### Try it
Please give the number of lines in the records below where the word "Carpet" occurs, and nothing else.

Data extracted from a collection

◆ ◆ ◆ ◆ ◆ ◆ ◆

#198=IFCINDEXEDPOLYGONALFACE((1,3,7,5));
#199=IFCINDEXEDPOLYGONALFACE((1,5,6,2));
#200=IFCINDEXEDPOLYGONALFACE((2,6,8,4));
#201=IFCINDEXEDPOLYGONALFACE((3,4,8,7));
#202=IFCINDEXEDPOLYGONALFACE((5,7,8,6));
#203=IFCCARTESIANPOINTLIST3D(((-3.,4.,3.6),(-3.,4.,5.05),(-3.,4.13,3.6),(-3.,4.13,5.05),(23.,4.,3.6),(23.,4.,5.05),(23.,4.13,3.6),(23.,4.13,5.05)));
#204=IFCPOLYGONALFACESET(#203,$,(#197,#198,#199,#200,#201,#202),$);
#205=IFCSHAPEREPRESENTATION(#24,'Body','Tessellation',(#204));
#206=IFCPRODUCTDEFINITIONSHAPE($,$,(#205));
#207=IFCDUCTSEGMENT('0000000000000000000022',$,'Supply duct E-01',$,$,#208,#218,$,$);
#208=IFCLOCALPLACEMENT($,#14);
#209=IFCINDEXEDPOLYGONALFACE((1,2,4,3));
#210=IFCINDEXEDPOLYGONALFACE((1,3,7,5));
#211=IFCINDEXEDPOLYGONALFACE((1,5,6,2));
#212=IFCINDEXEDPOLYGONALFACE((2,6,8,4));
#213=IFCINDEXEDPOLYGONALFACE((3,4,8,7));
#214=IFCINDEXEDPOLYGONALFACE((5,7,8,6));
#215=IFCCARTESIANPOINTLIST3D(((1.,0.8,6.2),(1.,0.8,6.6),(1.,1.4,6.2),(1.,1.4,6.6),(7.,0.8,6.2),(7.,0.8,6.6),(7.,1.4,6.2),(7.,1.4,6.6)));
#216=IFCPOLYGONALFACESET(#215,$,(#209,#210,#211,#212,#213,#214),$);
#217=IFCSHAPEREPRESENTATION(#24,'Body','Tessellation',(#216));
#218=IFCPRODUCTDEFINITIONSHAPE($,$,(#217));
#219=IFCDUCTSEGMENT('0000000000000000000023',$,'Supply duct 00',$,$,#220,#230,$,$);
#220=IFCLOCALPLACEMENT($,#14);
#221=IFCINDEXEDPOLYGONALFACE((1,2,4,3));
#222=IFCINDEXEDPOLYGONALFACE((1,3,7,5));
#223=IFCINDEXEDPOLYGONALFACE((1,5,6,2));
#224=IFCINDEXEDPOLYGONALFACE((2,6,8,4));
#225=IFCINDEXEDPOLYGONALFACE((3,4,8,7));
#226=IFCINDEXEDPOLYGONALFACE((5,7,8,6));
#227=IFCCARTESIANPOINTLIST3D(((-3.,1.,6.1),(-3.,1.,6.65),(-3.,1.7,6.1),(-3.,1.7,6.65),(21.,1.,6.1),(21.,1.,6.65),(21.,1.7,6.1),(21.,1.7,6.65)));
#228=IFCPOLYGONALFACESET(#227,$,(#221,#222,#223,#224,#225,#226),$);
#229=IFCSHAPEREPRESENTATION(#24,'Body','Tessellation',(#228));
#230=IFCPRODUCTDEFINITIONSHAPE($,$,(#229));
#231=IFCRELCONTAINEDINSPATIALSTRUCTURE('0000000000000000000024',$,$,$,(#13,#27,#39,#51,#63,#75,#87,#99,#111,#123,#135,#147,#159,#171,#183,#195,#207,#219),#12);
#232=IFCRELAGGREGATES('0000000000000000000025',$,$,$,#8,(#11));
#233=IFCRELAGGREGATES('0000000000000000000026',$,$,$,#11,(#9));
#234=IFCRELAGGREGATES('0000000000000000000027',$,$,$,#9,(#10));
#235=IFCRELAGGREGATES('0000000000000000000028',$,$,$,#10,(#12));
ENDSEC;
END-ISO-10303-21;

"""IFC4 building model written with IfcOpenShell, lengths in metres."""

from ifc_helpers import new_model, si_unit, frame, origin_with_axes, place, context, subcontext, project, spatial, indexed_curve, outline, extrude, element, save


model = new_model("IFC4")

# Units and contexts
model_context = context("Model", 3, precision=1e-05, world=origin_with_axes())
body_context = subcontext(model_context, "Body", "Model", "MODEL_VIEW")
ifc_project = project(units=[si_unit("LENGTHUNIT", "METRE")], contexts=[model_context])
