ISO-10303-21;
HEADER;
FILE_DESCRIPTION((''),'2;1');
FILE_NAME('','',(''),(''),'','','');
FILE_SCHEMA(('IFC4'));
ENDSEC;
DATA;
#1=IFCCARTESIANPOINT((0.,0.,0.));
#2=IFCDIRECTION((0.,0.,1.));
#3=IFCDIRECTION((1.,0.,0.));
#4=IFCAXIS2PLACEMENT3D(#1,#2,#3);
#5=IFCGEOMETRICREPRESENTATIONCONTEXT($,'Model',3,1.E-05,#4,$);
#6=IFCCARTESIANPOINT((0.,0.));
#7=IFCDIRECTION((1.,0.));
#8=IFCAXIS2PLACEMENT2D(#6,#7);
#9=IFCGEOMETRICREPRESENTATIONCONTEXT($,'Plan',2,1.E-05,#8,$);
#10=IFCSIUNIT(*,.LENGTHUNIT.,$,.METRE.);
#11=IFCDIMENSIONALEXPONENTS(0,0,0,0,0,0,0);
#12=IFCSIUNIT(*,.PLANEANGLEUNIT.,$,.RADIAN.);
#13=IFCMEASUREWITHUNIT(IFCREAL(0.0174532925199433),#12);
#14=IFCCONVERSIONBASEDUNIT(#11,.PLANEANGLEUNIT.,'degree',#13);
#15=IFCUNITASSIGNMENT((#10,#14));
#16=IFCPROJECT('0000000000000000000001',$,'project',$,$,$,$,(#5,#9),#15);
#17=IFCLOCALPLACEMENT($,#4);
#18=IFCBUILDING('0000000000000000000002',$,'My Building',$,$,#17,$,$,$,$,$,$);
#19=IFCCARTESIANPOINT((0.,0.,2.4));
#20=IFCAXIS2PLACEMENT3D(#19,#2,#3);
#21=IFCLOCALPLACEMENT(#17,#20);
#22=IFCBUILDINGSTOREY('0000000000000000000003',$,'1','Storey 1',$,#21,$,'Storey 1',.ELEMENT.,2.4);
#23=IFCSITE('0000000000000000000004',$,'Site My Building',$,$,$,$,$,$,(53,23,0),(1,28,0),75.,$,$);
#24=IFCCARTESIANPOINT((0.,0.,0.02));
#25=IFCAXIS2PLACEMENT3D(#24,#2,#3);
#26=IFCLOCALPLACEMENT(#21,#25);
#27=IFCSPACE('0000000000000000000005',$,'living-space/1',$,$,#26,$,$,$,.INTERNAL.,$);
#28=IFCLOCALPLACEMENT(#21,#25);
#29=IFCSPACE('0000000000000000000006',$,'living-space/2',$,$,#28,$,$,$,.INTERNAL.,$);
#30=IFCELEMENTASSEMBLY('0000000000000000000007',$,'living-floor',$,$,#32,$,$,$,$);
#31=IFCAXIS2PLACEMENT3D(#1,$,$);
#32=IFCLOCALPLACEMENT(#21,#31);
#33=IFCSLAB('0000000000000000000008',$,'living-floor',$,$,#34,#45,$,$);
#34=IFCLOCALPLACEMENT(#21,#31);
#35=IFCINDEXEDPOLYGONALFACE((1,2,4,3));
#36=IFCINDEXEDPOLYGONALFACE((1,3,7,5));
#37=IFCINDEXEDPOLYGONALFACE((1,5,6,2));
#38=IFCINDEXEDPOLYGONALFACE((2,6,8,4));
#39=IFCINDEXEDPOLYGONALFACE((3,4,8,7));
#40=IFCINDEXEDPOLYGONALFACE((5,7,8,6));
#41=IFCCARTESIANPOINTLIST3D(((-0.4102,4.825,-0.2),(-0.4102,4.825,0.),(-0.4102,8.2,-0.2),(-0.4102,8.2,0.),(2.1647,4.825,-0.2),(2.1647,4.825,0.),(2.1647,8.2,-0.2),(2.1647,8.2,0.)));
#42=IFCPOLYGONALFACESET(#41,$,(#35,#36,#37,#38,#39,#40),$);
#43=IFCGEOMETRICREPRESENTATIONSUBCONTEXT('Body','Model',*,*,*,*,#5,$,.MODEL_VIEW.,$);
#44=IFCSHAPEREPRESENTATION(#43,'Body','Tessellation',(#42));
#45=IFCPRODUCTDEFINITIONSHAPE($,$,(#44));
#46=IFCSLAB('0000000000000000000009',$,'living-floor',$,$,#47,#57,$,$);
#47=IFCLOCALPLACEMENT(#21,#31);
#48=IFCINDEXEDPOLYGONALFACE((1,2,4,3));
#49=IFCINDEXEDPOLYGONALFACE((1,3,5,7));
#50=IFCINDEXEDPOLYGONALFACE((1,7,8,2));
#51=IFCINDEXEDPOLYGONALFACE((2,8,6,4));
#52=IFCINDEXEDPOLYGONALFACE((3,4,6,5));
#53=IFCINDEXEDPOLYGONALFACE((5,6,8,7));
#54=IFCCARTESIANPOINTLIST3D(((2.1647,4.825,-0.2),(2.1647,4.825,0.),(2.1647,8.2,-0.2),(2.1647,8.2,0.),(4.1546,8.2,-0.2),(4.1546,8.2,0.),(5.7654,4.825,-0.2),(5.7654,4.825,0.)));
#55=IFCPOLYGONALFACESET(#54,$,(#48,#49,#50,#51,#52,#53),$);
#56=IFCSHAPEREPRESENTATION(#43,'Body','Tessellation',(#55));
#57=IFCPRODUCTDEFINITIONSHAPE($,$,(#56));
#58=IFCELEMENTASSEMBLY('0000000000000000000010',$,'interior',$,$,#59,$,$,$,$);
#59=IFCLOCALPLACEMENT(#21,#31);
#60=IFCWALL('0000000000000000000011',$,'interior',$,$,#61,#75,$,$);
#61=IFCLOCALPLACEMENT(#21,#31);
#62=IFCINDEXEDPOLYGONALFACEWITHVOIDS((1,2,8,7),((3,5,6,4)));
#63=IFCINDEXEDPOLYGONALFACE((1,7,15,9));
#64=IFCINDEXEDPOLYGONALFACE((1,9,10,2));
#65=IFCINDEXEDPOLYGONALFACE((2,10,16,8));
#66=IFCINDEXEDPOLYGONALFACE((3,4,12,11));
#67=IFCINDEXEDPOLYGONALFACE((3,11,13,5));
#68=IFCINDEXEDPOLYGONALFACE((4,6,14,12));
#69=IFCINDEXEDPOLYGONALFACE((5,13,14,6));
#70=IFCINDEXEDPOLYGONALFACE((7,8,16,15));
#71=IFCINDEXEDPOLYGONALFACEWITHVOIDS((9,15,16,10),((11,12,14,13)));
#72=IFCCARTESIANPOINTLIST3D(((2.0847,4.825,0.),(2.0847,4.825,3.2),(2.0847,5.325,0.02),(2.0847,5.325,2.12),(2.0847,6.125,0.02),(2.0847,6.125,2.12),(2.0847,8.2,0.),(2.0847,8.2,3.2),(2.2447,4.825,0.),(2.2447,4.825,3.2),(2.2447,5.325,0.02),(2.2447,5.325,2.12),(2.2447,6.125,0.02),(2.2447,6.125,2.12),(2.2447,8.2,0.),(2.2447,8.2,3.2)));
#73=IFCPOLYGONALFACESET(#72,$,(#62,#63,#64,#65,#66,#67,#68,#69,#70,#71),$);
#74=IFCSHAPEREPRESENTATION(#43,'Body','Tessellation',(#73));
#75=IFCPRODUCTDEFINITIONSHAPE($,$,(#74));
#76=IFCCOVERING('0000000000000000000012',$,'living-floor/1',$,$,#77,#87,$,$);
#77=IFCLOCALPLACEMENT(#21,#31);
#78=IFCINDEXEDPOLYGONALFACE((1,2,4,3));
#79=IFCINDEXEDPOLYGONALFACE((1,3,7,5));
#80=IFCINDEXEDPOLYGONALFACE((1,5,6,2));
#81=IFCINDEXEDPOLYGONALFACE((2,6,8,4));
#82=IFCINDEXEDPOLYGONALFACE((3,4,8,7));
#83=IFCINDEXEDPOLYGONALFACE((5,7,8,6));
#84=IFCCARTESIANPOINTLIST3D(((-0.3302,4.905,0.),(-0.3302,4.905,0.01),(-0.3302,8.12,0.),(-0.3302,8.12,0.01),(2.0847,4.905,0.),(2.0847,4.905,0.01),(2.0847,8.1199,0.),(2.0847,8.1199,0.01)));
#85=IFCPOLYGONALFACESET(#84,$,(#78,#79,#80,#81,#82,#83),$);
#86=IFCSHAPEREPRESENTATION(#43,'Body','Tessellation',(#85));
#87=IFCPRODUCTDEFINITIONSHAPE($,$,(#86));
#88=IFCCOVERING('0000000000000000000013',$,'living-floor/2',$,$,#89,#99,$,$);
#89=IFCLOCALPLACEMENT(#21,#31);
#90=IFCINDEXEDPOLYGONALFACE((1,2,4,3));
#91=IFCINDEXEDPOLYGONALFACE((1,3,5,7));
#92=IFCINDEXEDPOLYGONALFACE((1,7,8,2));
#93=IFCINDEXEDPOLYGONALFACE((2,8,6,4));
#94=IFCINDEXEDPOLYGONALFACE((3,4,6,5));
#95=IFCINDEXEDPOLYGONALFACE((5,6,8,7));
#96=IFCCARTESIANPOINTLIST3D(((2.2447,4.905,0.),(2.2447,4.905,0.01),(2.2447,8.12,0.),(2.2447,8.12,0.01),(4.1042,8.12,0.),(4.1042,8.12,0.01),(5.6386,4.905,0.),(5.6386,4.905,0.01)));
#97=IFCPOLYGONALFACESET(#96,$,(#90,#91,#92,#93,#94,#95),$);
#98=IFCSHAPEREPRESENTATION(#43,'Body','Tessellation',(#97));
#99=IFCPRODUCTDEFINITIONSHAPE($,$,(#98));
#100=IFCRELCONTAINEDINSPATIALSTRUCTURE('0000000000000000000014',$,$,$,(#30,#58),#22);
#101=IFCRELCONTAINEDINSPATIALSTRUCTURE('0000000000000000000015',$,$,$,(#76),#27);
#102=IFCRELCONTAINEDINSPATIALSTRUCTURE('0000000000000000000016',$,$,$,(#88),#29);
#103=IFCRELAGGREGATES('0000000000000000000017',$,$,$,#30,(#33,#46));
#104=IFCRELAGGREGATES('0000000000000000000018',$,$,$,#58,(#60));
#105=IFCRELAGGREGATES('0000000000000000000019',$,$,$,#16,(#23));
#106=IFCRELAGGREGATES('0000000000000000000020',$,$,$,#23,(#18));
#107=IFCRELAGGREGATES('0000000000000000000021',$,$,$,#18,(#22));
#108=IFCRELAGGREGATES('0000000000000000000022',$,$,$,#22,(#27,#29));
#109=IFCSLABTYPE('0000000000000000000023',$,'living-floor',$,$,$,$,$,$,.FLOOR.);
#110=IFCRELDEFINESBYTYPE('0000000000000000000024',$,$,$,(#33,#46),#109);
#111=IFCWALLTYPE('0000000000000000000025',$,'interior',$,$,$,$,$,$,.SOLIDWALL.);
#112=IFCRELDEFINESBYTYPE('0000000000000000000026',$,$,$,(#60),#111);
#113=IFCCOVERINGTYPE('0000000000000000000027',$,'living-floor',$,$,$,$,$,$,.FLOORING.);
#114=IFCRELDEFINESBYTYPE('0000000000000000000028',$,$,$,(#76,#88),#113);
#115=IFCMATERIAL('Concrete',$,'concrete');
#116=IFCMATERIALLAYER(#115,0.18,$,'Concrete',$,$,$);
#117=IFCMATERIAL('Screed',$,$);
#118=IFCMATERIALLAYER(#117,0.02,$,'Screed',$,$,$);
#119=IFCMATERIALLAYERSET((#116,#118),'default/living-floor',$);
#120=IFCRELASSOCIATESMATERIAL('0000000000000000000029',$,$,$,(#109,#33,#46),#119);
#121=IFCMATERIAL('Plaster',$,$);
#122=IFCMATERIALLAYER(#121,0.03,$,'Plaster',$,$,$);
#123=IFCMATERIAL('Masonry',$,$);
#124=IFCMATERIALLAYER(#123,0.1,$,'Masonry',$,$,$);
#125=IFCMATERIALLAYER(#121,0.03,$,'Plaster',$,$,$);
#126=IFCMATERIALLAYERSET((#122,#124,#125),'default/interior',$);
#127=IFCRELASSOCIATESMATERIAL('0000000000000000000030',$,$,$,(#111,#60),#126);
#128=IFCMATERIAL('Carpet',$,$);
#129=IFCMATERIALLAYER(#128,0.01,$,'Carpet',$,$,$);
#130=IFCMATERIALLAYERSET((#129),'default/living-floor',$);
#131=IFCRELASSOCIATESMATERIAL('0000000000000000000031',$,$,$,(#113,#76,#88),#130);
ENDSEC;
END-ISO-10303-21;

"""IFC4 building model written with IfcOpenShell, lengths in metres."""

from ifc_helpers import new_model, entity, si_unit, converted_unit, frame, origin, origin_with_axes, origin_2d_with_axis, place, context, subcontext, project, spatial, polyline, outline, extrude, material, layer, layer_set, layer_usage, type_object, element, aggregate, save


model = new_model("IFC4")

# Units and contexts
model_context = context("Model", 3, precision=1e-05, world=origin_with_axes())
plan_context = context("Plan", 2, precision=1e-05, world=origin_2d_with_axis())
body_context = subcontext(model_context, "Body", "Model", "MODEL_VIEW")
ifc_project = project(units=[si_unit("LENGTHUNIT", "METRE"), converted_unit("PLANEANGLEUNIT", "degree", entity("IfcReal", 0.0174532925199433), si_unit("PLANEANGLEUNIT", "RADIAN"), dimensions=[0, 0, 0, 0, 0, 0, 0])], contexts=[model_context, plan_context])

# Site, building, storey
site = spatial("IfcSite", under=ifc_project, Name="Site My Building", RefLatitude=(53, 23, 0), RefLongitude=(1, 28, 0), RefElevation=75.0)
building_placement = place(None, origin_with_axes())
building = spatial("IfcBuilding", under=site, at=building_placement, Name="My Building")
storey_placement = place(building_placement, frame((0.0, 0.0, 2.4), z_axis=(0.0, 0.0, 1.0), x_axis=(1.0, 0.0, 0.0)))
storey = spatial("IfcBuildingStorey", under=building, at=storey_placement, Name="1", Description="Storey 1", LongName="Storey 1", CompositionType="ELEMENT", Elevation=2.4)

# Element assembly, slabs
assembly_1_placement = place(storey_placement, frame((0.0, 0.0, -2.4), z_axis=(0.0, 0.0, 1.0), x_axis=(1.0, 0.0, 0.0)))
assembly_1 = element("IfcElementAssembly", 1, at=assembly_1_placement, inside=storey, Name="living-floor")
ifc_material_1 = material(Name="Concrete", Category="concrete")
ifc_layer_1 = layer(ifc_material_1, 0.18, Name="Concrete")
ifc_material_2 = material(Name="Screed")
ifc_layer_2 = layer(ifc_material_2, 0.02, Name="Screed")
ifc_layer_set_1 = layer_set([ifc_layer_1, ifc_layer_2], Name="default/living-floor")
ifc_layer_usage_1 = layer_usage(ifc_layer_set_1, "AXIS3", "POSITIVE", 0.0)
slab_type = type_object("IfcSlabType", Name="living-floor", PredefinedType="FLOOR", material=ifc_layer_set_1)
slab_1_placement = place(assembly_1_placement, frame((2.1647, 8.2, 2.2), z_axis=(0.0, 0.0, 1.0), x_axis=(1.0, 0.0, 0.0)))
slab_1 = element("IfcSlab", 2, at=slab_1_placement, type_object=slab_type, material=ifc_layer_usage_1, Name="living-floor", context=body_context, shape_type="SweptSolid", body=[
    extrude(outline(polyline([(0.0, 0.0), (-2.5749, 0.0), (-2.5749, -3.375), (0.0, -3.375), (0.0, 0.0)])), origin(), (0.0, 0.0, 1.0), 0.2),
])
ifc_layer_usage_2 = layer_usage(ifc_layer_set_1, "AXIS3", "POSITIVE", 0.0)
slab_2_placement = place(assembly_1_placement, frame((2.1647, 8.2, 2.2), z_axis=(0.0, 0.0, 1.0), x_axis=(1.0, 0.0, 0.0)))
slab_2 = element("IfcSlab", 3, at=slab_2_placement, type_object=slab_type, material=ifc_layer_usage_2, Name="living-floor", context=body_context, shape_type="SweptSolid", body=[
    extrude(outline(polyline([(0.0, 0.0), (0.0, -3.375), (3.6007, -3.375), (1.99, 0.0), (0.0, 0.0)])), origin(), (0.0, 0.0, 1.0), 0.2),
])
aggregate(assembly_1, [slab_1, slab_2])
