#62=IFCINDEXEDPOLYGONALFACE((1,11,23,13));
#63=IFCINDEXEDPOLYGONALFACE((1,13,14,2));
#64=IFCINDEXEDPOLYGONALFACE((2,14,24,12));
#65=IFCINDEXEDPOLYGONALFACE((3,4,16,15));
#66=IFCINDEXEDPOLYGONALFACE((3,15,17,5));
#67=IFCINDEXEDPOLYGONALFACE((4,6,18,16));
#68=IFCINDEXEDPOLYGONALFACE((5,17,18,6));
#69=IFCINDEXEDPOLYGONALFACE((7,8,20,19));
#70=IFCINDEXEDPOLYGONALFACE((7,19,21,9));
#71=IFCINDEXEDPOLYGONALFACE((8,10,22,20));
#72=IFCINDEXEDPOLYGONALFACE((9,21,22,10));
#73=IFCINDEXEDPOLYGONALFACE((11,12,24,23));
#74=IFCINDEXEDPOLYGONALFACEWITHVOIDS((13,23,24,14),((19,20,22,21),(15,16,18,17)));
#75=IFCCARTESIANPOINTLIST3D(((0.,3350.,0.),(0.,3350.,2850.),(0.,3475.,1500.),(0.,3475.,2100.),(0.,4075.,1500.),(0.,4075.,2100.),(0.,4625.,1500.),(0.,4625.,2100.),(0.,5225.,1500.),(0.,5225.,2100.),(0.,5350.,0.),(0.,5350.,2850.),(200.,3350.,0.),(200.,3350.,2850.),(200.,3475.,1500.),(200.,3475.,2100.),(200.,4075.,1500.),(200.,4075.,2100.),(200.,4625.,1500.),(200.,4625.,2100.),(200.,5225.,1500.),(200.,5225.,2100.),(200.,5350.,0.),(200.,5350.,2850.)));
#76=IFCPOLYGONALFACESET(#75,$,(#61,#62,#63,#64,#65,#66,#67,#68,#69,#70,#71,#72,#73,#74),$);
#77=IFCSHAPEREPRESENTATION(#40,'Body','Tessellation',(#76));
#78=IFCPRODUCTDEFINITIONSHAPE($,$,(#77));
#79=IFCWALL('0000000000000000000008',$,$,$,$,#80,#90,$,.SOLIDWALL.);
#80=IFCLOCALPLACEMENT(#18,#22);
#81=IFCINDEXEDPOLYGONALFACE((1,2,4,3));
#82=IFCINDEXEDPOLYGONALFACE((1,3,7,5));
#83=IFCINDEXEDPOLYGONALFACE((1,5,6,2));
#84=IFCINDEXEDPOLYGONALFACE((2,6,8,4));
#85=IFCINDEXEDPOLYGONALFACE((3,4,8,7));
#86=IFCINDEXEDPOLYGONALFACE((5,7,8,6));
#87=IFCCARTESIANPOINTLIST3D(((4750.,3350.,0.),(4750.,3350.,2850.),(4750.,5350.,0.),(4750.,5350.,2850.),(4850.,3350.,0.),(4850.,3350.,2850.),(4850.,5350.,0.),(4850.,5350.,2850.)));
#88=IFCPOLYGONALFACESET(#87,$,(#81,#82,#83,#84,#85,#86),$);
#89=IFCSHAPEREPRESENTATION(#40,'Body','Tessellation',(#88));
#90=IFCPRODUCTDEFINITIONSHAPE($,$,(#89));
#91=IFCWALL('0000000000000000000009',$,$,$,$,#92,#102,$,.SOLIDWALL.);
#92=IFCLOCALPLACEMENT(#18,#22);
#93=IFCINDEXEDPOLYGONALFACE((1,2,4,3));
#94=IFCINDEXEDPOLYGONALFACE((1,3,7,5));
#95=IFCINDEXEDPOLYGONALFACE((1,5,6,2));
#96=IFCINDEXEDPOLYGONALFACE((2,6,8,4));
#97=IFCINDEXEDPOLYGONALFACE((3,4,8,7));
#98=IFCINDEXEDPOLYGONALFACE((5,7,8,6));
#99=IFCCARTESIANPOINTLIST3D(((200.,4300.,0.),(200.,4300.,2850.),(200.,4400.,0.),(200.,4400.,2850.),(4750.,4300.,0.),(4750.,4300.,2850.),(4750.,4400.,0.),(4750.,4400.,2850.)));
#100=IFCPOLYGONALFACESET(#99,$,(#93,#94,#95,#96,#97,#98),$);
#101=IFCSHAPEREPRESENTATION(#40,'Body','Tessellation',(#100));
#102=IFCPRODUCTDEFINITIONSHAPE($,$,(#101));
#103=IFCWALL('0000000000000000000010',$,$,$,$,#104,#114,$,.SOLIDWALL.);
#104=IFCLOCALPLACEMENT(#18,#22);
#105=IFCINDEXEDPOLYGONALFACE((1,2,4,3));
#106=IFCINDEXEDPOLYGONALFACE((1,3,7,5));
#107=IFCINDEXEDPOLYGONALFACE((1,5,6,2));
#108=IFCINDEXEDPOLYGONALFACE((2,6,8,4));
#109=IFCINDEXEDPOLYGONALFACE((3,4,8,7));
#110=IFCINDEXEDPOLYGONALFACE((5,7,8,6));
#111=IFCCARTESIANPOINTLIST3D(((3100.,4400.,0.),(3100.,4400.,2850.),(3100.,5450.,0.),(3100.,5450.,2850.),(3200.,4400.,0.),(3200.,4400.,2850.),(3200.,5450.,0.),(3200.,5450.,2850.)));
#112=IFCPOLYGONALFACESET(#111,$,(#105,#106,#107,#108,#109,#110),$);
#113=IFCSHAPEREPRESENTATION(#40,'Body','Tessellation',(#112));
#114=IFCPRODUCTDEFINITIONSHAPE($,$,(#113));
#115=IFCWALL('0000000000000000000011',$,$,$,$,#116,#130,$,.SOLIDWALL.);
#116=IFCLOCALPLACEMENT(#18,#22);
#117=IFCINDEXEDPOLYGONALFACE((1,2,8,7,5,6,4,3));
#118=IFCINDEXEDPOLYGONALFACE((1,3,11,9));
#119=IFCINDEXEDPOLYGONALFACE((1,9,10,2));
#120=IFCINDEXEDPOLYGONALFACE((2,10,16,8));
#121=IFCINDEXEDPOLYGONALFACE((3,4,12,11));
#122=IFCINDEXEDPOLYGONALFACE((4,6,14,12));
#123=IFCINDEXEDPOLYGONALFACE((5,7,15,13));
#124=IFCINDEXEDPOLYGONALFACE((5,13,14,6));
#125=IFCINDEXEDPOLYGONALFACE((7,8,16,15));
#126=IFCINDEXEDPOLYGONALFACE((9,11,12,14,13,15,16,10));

◆ ◆ ◆ ◆ ◆ ◆ ◆

### Result of this exercise
2